The coin rolled through a crack in the porch, but that's just the beginning of the story
EPHRAIM — Cristin Edmunds was having a hard time watching, as her childhood home was demolished.
"This is where I was raised, and it has always been home," she said.
And on the front porch of the home is where she had one of her most cherished memories with her father, Rick Gonzales, when she was about eight years old.
“He had given me a 50-cent piece coin and I was tossing it in the air and catching it, and I dropped it and it rolled down in a crack on the porch, underneath the front window," she said.
She was devastated as she watched the half dollar roll out of sight. "I thought I was the only kid in the world with one of these cool coins,” she said. “It was pretty special."
Years later her father passed away from cancer in 1985.

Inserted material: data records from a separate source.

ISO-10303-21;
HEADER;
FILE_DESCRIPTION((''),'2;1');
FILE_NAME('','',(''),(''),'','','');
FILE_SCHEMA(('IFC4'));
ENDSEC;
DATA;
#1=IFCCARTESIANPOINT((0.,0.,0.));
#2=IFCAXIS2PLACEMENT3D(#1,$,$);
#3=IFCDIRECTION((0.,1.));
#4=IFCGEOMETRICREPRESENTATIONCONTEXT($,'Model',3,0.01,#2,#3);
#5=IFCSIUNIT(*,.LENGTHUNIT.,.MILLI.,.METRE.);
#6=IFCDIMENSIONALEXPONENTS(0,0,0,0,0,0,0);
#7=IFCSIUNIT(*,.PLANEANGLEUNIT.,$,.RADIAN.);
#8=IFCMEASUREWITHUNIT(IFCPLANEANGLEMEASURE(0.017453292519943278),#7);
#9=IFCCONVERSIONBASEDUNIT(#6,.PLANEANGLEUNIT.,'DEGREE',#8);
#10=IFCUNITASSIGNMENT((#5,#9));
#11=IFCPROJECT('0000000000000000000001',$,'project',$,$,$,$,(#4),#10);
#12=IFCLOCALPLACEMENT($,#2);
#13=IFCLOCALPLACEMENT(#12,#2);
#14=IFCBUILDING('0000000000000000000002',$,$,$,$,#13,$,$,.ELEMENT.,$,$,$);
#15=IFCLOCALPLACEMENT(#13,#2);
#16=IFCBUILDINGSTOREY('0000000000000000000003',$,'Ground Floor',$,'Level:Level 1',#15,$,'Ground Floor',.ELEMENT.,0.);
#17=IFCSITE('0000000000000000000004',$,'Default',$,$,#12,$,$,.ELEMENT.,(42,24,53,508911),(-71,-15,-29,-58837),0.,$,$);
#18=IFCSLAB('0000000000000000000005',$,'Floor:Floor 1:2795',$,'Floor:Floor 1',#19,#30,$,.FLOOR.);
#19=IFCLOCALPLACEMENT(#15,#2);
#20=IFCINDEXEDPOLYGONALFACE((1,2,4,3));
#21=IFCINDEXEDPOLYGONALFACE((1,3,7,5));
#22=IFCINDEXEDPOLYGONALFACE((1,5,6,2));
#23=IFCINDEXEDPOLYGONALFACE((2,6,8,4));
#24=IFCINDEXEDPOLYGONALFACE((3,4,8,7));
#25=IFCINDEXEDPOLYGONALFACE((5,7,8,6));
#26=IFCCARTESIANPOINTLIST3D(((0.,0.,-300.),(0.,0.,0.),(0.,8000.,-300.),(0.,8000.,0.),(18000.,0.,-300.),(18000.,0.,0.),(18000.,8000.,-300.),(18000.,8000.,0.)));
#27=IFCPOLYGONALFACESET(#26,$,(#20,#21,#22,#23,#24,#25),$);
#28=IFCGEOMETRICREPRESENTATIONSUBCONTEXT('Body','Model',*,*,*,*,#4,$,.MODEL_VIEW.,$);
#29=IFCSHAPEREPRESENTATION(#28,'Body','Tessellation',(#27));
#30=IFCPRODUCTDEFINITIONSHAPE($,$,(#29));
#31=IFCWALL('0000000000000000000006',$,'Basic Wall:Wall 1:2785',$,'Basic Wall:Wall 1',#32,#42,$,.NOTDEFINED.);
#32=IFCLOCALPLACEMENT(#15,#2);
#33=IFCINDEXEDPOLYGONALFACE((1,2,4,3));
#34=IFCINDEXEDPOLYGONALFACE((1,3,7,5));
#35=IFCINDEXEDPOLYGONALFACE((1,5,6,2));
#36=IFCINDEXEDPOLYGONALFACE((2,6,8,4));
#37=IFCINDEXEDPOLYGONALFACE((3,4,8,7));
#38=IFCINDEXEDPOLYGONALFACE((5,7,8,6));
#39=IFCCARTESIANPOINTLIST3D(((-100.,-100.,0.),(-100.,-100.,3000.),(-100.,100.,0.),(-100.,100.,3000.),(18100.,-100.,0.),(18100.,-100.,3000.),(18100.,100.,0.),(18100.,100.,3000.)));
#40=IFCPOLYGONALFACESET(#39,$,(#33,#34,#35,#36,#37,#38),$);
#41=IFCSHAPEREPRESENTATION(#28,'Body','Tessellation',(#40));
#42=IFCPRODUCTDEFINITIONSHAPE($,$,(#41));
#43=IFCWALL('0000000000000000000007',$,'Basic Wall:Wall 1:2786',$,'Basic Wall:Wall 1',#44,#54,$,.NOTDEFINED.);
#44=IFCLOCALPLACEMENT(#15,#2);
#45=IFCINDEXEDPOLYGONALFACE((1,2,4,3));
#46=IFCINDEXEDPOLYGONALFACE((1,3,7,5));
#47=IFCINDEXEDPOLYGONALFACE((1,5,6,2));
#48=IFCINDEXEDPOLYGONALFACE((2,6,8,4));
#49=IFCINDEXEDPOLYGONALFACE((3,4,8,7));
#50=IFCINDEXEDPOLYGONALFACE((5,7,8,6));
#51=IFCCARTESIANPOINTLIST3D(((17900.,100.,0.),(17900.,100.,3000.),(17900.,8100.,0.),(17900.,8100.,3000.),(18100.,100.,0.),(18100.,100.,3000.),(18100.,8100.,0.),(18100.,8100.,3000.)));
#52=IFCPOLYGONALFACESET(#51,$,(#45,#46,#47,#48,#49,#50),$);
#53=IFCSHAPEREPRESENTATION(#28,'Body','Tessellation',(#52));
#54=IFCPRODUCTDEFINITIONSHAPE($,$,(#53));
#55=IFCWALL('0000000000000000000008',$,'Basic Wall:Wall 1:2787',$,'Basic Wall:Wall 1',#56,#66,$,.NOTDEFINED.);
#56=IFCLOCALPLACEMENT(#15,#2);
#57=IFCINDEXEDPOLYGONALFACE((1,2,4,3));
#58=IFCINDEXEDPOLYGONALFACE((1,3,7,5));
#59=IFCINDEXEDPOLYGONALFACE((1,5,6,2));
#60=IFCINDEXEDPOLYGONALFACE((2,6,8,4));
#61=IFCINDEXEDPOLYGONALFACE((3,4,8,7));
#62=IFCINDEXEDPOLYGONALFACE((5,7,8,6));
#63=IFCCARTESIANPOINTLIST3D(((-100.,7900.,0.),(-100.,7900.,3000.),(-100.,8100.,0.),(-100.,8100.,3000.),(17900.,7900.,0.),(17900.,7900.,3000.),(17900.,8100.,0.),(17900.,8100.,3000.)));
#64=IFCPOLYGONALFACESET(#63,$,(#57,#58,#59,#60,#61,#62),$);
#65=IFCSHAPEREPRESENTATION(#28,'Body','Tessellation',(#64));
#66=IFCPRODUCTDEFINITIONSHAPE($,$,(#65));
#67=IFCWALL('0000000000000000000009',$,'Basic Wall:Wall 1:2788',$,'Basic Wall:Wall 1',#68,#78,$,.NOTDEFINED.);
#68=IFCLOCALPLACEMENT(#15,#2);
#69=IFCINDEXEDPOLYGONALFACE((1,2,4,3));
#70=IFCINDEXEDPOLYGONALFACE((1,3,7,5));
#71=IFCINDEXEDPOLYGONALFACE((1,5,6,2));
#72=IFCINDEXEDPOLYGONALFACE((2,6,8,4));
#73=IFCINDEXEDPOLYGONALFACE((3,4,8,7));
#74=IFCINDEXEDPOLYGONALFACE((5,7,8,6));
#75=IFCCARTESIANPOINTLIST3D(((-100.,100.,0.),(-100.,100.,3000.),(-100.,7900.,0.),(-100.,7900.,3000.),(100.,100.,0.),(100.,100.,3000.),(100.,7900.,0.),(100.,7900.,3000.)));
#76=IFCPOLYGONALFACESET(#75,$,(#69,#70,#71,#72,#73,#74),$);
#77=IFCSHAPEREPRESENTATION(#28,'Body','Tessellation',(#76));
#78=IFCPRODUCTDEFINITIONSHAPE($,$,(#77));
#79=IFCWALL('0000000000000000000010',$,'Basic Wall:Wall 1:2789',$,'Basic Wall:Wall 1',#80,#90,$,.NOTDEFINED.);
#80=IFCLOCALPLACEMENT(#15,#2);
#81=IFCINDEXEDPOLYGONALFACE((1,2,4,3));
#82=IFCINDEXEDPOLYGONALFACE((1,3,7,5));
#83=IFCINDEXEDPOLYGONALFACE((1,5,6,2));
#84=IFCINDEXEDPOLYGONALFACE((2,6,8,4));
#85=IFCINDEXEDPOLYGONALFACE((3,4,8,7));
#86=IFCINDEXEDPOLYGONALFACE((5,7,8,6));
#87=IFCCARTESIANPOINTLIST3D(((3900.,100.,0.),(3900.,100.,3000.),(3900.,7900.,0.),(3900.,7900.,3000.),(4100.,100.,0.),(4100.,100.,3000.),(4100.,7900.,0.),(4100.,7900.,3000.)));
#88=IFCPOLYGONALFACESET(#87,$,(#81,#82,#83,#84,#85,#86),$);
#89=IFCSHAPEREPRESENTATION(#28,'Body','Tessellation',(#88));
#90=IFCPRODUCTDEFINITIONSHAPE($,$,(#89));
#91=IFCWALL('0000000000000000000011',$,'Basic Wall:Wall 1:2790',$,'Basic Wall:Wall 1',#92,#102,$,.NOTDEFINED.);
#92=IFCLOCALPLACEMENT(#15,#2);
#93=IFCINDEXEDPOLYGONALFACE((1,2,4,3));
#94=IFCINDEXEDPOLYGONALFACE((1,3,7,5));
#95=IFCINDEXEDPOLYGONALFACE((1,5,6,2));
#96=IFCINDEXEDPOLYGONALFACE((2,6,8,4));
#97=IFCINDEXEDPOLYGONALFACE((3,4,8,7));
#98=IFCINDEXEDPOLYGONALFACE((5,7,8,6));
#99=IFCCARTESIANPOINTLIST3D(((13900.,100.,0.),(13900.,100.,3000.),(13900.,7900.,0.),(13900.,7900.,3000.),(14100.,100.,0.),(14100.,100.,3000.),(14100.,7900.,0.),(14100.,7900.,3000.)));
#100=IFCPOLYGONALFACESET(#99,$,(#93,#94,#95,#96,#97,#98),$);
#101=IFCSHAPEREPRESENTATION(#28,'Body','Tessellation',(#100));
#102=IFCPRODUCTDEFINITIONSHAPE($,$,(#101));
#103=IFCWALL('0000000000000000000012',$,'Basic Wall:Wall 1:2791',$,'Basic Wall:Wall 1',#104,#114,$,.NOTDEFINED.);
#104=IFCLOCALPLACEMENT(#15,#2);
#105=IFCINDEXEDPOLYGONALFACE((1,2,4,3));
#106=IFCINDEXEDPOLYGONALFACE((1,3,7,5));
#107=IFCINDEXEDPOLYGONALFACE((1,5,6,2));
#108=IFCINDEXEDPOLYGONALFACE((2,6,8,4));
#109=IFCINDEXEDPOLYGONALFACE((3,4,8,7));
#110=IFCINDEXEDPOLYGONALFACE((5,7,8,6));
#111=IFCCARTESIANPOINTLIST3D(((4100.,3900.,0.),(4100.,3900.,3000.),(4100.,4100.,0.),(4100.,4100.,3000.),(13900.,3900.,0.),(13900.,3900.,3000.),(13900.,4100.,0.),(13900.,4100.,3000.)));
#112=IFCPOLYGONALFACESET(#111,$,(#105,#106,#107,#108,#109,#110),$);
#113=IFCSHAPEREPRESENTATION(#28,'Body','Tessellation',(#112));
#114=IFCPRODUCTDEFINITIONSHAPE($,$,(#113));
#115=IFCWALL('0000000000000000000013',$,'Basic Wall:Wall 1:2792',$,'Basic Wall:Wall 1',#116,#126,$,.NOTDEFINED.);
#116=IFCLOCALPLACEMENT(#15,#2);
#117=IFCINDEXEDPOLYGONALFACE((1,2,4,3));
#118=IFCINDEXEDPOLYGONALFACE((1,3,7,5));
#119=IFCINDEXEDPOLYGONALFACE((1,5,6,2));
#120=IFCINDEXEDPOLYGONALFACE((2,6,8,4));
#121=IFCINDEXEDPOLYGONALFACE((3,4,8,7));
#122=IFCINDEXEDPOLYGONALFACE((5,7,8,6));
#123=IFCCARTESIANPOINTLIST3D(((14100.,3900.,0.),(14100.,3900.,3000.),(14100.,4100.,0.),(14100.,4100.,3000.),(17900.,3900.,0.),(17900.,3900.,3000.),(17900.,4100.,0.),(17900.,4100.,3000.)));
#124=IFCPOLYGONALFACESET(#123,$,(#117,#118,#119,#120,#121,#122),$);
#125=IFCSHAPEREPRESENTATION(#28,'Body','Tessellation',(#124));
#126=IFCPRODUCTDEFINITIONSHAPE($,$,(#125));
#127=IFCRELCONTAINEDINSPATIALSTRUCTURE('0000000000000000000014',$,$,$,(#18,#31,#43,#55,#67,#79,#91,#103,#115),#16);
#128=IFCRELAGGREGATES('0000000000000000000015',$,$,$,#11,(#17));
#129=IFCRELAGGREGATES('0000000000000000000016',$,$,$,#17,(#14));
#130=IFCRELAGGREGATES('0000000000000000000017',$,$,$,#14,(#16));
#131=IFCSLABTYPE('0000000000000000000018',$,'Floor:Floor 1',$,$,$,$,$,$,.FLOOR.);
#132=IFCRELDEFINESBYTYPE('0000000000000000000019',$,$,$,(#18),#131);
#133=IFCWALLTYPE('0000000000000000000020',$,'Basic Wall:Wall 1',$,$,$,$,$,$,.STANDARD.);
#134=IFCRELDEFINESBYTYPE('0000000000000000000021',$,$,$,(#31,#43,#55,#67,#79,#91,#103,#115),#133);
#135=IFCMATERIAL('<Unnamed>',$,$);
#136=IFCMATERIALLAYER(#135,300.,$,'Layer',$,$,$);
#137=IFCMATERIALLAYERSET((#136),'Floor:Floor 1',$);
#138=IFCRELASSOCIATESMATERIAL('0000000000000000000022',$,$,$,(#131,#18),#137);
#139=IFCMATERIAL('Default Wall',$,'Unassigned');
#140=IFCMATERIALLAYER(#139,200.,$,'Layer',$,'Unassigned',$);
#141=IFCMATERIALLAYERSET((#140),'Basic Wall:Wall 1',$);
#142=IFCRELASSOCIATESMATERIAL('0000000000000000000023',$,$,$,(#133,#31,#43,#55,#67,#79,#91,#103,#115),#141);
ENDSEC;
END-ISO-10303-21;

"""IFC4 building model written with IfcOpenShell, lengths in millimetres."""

from ifc_helpers import new_model, entity, si_unit, converted_unit, direction, frame, frame_2d, origin, origin_2d_with_axis, place, context, subcontext, project, spatial, rectangle, extrude, material, layer, layer_set, layer_usage, type_object, element, save


model = new_model("IFC4")

# Units and contexts
model_context = context("Model", 3, precision=0.01, world=origin(), true_north=direction((0.0, 1.0)))
body_context = subcontext(model_context, "Body", "Model", "MODEL_VIEW")
ifc_project = project(units=[si_unit("LENGTHUNIT", "METRE", prefix="MILLI"), converted_unit("PLANEANGLEUNIT", "DEGREE", entity("IfcPlaneAngleMeasure", 0.017453292519943278), si_unit("PLANEANGLEUNIT", "RADIAN"), dimensions=[0, 0, 0, 0, 0, 0, 0])], contexts=[model_context])

# Site, building, storey
site_placement = place(None, origin())
site = spatial("IfcSite", under=ifc_project, at=site_placement, Name="Default", CompositionType="ELEMENT", RefLatitude=(42, 24, 53, 508911), RefLongitude=(-71, -15, -29, -58837), RefElevation=0.0)
building_placement = place(site_placement, origin())
building = spatial("IfcBuilding", under=site, at=building_placement, CompositionType="ELEMENT")
storey_placement = place(building_placement, origin())
storey = spatial("IfcBuildingStorey", under=building, at=storey_placement, Name="Ground Floor", ObjectType="Level:Level 1", LongName="Ground Floor", CompositionType="ELEMENT", Elevation=0.0)

# Slab
ifc_material_1 = material(Name="<Unnamed>")
ifc_layer_1 = layer(ifc_material_1, 300.0, Name="Layer")
ifc_layer_set_1 = layer_set([ifc_layer_1], Name="Floor:Floor 1")
ifc_layer_usage_1 = layer_usage(ifc_layer_set_1, "AXIS3", "POSITIVE", 0.0)
slab_type = type_object("IfcSlabType", Name="Floor:Floor 1", PredefinedType="FLOOR", material=ifc_layer_set_1)
slab_placement = place(storey_placement, origin())
element("IfcSlab", 1, at=slab_placement, inside=storey, type_object=slab_type, material=ifc_layer_usage_1, Name="Floor:Floor 1:2795", ObjectType="Floor:Floor 1", PredefinedType="FLOOR", context=body_context, shape_type="SweptSolid", body=[
    extrude(rectangle(XDim=8000.0, YDim=18000.0, at=origin_2d_with_axis()), frame((9000.0, 4000.0, 0.0), z_axis=(0.0, 0.0, -1.0), x_axis=(0.0, 1.0, 0.0)), (0.0, 0.0, 1.0), 300.0),
])

# Walls
ifc_material_2 = material(Name="Default Wall", Category="Unassigned")
ifc_layer_2 = layer(ifc_material_2, 200.0, Name="Layer", Category="Unassigned")
ifc_layer_set_2 = layer_set([ifc_layer_2], Name="Basic Wall:Wall 1")
ifc_layer_usage_2 = layer_usage(ifc_layer_set_2, "AXIS2", "NEGATIVE", 100.0)
wall_type = type_object("IfcWallType", Name="Basic Wall:Wall 1", PredefinedType="STANDARD", material=ifc_layer_set_2)
wall_1_placement = place(storey_placement, frame((-100.0, 0.0, 0.0)))
element("IfcWall", 2, at=wall_1_placement, inside=storey, type_object=wall_type, material=ifc_layer_usage_2, Name="Basic Wall:Wall 1:2785", ObjectType="Basic Wall:Wall 1", PredefinedType="NOTDEFINED", context=body_context, shape_type="SweptSolid", body=[
    extrude(rectangle(XDim=18200.0, YDim=200.0, at=frame_2d((9100.0, 0.0), x_axis=(-1.0, 0.0))), origin(), (0.0, 0.0, 1.0), 3000.0),
])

“She was a daddy’s girl,” Edmunds’ mother, Lynette Olson, said of her daughter.
So when Olson saw that the home on Ephraim’s Main Street she sold a few years ago was being torn down to make room for a parking lot, she thought about her daughter's lost 50-cent piece.
Wednesday, she was in a car with a friend. "We just got past the house and I said, ‘You need to turnaround. I've got to go find her (Cristin's) money.' It was almost like something said, ‘Go get her money,’" recalled Olson.
The man behind the controls of the backhoe was Dustin Barton. Olson used to babysit him in the home he was now tearing down, and together they grabbed a shovel and started looking for Edmunds’ coin.
He said there wasn’t much digging. It was more scraping bits of dirt at a time. And in just a couple of minutes, there it was.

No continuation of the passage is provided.